The method of reporting numerical laboratory test data, such as biological laboratory tests, has essentially remained unchanged since its modern inception, beginning in the first half of the twentieth century. The traditional method includes reporting a measured value (i.e., a test result) and its relevant set of normal values, known as a reference range. It is often inadequate to report only a measured value because different tests may have different respective reference ranges. Generally, all reference ranges include a set of two values with one value designated as an upper reference range limit and another designated as a lower reference range limit.
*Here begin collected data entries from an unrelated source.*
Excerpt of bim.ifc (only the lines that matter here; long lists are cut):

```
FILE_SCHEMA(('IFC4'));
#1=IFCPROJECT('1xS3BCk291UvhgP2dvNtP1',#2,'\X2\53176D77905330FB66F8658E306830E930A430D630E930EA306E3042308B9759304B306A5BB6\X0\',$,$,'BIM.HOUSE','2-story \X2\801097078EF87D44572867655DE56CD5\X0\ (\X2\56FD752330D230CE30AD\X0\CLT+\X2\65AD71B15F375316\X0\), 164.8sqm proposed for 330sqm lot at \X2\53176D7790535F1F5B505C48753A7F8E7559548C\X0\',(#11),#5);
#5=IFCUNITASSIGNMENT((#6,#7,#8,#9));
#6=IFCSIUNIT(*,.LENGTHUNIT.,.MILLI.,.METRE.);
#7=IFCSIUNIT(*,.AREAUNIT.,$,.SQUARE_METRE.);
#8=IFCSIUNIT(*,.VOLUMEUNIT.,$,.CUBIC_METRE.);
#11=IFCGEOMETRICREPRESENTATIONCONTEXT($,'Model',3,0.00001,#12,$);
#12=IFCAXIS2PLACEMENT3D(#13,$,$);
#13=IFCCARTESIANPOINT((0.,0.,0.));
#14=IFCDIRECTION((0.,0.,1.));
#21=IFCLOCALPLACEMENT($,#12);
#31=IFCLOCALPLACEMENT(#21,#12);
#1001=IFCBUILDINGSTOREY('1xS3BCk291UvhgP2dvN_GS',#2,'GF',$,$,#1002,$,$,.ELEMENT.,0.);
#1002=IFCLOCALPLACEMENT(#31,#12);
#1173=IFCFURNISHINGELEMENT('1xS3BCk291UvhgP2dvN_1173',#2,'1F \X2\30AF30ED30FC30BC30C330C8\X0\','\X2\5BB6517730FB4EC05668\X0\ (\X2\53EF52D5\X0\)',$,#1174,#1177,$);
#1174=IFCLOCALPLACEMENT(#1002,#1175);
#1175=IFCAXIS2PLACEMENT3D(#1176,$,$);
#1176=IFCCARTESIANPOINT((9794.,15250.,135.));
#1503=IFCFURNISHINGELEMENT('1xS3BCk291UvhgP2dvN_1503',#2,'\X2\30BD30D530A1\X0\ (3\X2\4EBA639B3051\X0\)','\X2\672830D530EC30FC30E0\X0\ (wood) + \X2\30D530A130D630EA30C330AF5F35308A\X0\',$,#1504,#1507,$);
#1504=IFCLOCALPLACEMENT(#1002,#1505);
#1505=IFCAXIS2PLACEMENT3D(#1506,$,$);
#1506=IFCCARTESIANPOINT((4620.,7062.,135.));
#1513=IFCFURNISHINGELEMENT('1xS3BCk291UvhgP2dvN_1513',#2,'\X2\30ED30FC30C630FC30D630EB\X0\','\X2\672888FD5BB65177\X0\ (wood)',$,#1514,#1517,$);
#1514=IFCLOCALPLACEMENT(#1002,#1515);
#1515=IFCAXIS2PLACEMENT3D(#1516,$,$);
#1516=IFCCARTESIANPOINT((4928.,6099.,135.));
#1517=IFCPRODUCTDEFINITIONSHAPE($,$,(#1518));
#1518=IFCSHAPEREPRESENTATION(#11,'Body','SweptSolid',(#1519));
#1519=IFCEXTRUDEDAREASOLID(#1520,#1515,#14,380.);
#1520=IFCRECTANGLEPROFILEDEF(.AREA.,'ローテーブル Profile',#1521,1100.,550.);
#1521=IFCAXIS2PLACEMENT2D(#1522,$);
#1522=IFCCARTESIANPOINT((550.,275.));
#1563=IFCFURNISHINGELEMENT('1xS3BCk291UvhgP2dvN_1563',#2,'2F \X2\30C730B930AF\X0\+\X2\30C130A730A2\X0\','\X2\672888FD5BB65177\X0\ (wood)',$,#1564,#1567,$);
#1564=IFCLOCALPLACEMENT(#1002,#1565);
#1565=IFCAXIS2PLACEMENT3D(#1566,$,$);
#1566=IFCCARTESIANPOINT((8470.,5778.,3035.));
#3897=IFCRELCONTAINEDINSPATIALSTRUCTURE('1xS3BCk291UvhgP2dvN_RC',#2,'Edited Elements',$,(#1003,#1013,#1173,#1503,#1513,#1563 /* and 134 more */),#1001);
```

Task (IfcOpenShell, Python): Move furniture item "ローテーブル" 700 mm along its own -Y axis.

```python
import ifcopenshell
import ifcopenshell.api.geometry
import ifcopenshell.util.placement

model = ifcopenshell.open("bim.ifc")

item = model.by_guid("1xS3BCk291UvhgP2dvN_1513")
matrix = ifcopenshell.util.placement.get_local_placement(item.ObjectPlacement)
matrix[:3, 3] -= matrix[:3, 1] * 700.0
ifcopenshell.api.geometry.edit_object_placement(model, product=item, matrix=matrix, is_si=False)

print(ifcopenshell.util.placement.get_local_placement(item.ObjectPlacement).round(3) + 0.0)

model.write("bim_updated.ifc")
```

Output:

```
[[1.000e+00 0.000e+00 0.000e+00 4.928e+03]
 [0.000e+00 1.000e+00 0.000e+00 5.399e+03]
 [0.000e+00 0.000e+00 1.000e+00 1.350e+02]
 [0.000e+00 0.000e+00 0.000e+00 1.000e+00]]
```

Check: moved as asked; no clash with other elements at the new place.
In the last quarter of the twentieth century the number of available laboratory tests has risen prodigiously and there are now many hundreds of numerically reported tests, each continuing to have its own unique set of reference ranges. This marked proliferation of data has offered an interpreter of the data an abundant variety of tests from which to conduct physiological as well as disease investigations. However, the sheer volume of available tests has also contributed to information overload. An interpreter typically attempts to remember hundreds of reference ranges when evaluating test data. For example, a single composite tabular listing of lab results on one biological entity can include forty or more tests, all of which may have different reference ranges.
Another aspect of the interpretation and application of measured biological laboratory data is the observation that a test value that falls within the reference range has variable significance depending on whether the measured value is near the upper limit, the lower limit, or the mean value of the reference range. The relative significance of a test has to be qualitatively assessed and committed to memory because it is not typically quantified on the traditional report. If multiple tests are simultaneously reported, an interpreter of the test data typically tries to retain in his/her memory the relative position of each measured value and make qualitative interpretive decisions among the tests utilizing mentally calculated relative positions in the reported test data. For example, one test may have a measured value two points below the upper reference range value and another test may have a measured value eight points below the upper reference range value. The interpreter may wish to know if one of these tests is at more risk for being abnormally elevated than the other test. A qualitative evaluation may be required because the number of points in the reference range for each of these tests may be different. The relative closeness of one value to the upper reference range (or the lower reference range for that matter) may be dependent on the number of units in the reference range. Table 1 below illustrates this situation.
TABLE 1 Reference Test MV = -2 MV = -8 Range Sodium 145 139 136-147 Glucose 111 105 68-113 Cholesterol 198 192 100-200
In Table 1, the second column (MV=-2) indicates a measured value two numbers less than the upper limit of the reference range. The third column (MV=-8) indicates a measured value eight numbers less than the upper limit of the reference range. Each of the six measured values (MVs) in Table 1 are considered normal values because each lies within the reference range for a respective test. When measured values are viewed in the format of Table 1, which resembles traditional reporting formats, it may be difficult to determine which measured value is relatively greater than, or less than, any other measured value.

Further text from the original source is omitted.